The purpose of this study was to examine muscle–tendon behavior and muscle activation during bilateral hopping.
We enrolled nine subjects who had undergone surgical repair of unilateral AT rupture within the past 1–2 years. Subjects performed bilateral hopping while we took ultrasound, kinematic, and electromyogram recordings and measurements. AT behaviors were also recorded. We then compared responses between values obtained from the ruptured AT leg (LEGATR) and non-ruptured AT leg (LEGNOR).
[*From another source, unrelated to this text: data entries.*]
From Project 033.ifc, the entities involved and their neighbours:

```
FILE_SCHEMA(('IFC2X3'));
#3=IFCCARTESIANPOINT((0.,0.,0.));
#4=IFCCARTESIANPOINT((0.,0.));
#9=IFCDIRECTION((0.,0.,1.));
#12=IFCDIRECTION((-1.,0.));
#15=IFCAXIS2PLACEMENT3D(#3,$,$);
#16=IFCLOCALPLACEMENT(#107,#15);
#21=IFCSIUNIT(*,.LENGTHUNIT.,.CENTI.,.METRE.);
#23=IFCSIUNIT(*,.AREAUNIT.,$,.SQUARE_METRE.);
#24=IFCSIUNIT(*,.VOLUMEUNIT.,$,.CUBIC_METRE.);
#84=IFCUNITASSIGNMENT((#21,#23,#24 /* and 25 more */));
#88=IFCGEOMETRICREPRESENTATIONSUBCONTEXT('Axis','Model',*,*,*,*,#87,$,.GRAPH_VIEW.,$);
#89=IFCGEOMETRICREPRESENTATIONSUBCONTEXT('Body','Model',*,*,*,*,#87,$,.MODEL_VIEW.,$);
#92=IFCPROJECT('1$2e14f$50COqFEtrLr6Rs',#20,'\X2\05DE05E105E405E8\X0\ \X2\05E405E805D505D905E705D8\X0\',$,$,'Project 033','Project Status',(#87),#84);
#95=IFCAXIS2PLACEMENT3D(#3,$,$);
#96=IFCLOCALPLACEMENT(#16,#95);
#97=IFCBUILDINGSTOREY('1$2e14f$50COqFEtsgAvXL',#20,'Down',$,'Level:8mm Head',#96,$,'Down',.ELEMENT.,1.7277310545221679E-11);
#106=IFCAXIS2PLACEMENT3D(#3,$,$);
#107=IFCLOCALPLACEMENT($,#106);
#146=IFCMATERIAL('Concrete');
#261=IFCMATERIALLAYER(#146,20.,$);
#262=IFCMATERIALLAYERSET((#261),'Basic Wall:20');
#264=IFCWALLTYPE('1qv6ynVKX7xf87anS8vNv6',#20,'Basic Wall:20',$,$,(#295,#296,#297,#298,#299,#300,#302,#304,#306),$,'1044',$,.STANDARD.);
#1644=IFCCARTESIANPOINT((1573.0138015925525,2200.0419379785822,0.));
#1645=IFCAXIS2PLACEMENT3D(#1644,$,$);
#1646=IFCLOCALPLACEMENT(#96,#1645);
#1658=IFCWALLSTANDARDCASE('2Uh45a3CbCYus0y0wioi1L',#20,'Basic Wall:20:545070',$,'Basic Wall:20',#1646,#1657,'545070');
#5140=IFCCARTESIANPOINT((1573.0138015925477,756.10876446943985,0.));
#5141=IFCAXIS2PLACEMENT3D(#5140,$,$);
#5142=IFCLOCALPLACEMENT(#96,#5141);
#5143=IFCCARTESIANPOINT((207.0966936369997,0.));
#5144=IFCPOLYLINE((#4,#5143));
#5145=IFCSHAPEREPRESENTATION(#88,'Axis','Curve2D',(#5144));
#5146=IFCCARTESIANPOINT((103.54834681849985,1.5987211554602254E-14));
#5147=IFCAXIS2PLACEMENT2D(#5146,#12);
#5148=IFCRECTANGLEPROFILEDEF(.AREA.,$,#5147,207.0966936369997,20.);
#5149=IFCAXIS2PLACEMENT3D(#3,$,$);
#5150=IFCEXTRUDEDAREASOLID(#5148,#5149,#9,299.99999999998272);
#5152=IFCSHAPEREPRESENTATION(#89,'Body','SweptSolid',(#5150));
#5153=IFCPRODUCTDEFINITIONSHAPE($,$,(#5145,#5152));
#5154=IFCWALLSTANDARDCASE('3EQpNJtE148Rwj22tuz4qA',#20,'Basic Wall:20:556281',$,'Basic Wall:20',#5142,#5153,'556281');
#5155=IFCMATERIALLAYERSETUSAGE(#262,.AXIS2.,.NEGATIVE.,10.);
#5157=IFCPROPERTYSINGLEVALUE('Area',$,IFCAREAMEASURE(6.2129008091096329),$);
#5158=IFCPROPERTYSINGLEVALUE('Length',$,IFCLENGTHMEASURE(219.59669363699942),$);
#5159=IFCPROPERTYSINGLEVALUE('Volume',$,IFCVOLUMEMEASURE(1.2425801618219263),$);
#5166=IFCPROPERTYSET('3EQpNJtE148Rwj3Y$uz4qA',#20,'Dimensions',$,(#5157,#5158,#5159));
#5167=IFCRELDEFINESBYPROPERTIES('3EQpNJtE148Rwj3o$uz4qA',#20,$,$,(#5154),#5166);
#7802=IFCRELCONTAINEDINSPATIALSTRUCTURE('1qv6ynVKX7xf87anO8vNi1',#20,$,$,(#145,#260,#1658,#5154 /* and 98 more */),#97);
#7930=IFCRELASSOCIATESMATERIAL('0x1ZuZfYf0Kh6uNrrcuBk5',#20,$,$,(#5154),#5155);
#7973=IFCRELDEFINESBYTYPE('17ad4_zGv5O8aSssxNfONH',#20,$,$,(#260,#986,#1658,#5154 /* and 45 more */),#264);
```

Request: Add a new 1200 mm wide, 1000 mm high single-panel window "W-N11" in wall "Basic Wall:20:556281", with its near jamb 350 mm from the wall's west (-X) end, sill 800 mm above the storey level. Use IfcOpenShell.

```python
import numpy as np
import ifcopenshell
import ifcopenshell.api.feature
import ifcopenshell.api.geometry
import ifcopenshell.api.pset
import ifcopenshell.api.root
import ifcopenshell.api.spatial
import ifcopenshell.api.type
import ifcopenshell.geom
import ifcopenshell.util.element
import ifcopenshell.util.placement
import ifcopenshell.util.representation
import ifcopenshell.util.shape
import ifcopenshell.util.unit

model = ifcopenshell.open("Project 033.ifc")
unit_scale = ifcopenshell.util.unit.calculate_unit_scale(model)
area_scale = ifcopenshell.util.unit.calculate_unit_scale(model, "AREAUNIT")
volume_scale = ifcopenshell.util.unit.calculate_unit_scale(model, "VOLUMEUNIT")
settings = ifcopenshell.geom.settings()


def volume(element):
    """Net volume in cubic metres, openings subtracted."""
    shape = ifcopenshell.geom.create_shape(settings, element)
    return ifcopenshell.util.shape.get_volume(shape.geometry)


wall = model.by_guid("3EQpNJtE148Rwj22tuz4qA")
storey = ifcopenshell.util.element.get_container(wall, ifc_class="IfcBuildingStorey")
context = ifcopenshell.util.representation.get_context(model, "Model", "Body", "MODEL_VIEW")
before = volume(wall)

width, height, from_end, sill = 1.2, 1, 0.35, 0.8  # metres

# The wall runs along its own X axis, and the end named is its -X end.
wall_shape = ifcopenshell.geom.create_shape(settings, wall)
x, y, z = ifcopenshell.util.shape.get_vertices(wall_shape.geometry).T
start = x.min() + from_end
face, thickness = float(y.min()), float(y.max() - y.min())
wall_matrix = ifcopenshell.util.placement.get_local_placement(wall.ObjectPlacement)
level = ifcopenshell.util.placement.get_local_placement(storey.ObjectPlacement)[2, 3]


def in_wall(x, y):
    """Placement at x, y metres in the wall's axes, at sill height."""
    matrix = wall_matrix.copy()
    matrix[:, 3] = wall_matrix @ np.array([x / unit_scale, y / unit_scale, 0.0, 1.0])
    matrix[2, 3] = level + sill / unit_scale
    return matrix


# Opening: a box that overshoots both wall faces by 50 mm.
opening = ifcopenshell.api.root.create_entity(model, ifc_class="IfcOpeningElement")
box = ifcopenshell.api.geometry.add_wall_representation(
    model, context=context, length=width, height=height, thickness=thickness + 0.1
)
ifcopenshell.api.geometry.assign_representation(model, product=opening, representation=box)
ifcopenshell.api.geometry.edit_object_placement(model, product=opening, matrix=in_wall(start, face - 0.05), is_si=False)
ifcopenshell.api.feature.add_feature(model, feature=opening, element=wall)

window = ifcopenshell.api.root.create_entity(model, ifc_class="IfcWindow", name="W-N11")
window.OverallWidth, window.OverallHeight = width / unit_scale, height / unit_scale
body = ifcopenshell.api.geometry.add_window_representation(
    model,
    context=context,
    overall_width=window.OverallWidth,
    overall_height=window.OverallHeight,
    partition_type="SINGLE_PANEL",
)
ifcopenshell.api.geometry.assign_representation(model, product=window, representation=body)
ifcopenshell.api.spatial.assign_container(model, products=[window], relating_structure=storey)
fills = ifcopenshell.api.feature.add_filling(model, opening=opening, element=window)
fills.OwnerHistory = window.OwnerHistory  # required in IFC2X3

# IFC2X3 keeps the operation on the window style.
style = ifcopenshell.api.root.create_entity(model, ifc_class="IfcWindowStyle", name="W-N11")
style.OperationType, style.ConstructionType = "SINGLE_PANEL", "NOTDEFINED"
style.ParameterTakesPrecedence = style.Sizeable = False
ifcopenshell.api.type.assign_type(model, related_objects=[window], relating_type=style)

# Centre the window in the wall's thickness.
ifcopenshell.api.geometry.edit_object_placement(model, product=window, matrix=in_wall(start, face), is_si=False)
window_shape = ifcopenshell.geom.create_shape(settings, window)
depth = ifcopenshell.util.shape.get_vertices(window_shape.geometry)[:, 1]
offset = face + thickness / 2 - (depth.min() + depth.max()) / 2
ifcopenshell.api.geometry.edit_object_placement(model, product=window, matrix=in_wall(start, offset), is_si=False)

after = volume(wall)

# Update the wall's stored quantities.
pset = model.by_id(ifcopenshell.util.element.get_pset(wall, "Dimensions", should_inherit=False)["id"])
ifcopenshell.api.pset.edit_pset(model, pset=pset, properties={
    "Area": model.create_entity("IfcAreaMeasure", after / thickness / area_scale),
    "Volume": model.create_entity("IfcVolumeMeasure", after / volume_scale),
})

print(f"wall volume {before:.3f} -> {after:.3f} m3")

model.write("Project 033_rev.ifc")
```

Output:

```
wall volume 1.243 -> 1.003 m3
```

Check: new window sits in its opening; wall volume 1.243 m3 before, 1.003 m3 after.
During hopping, the AT stretching amplitudes were greater in the LEGATR than in the LEGNOR, although the peak AT force and stiffness were smaller in the LEGATR than in the LEGNOR. The AT negative mechanical work did not show any significant differences between both legs. However, positive works were significantly lower in the LEGATR than in the LEGNOR. Electromyogram patterns in both soleus and tibialis anterior muscles clearly differed after ground contact for the LEGATR and the LEGNOR.
These results suggest that the repaired ruptured AT can be compliant and have insufficient Young’s modulus, which can influence mechanical responses in muscle activities. The modulation of agonist–antagonist muscle activities corresponding to the different levels of stiffness between the LEGATR and the LEGNOR may not be fully functioning during the pre-activation phase.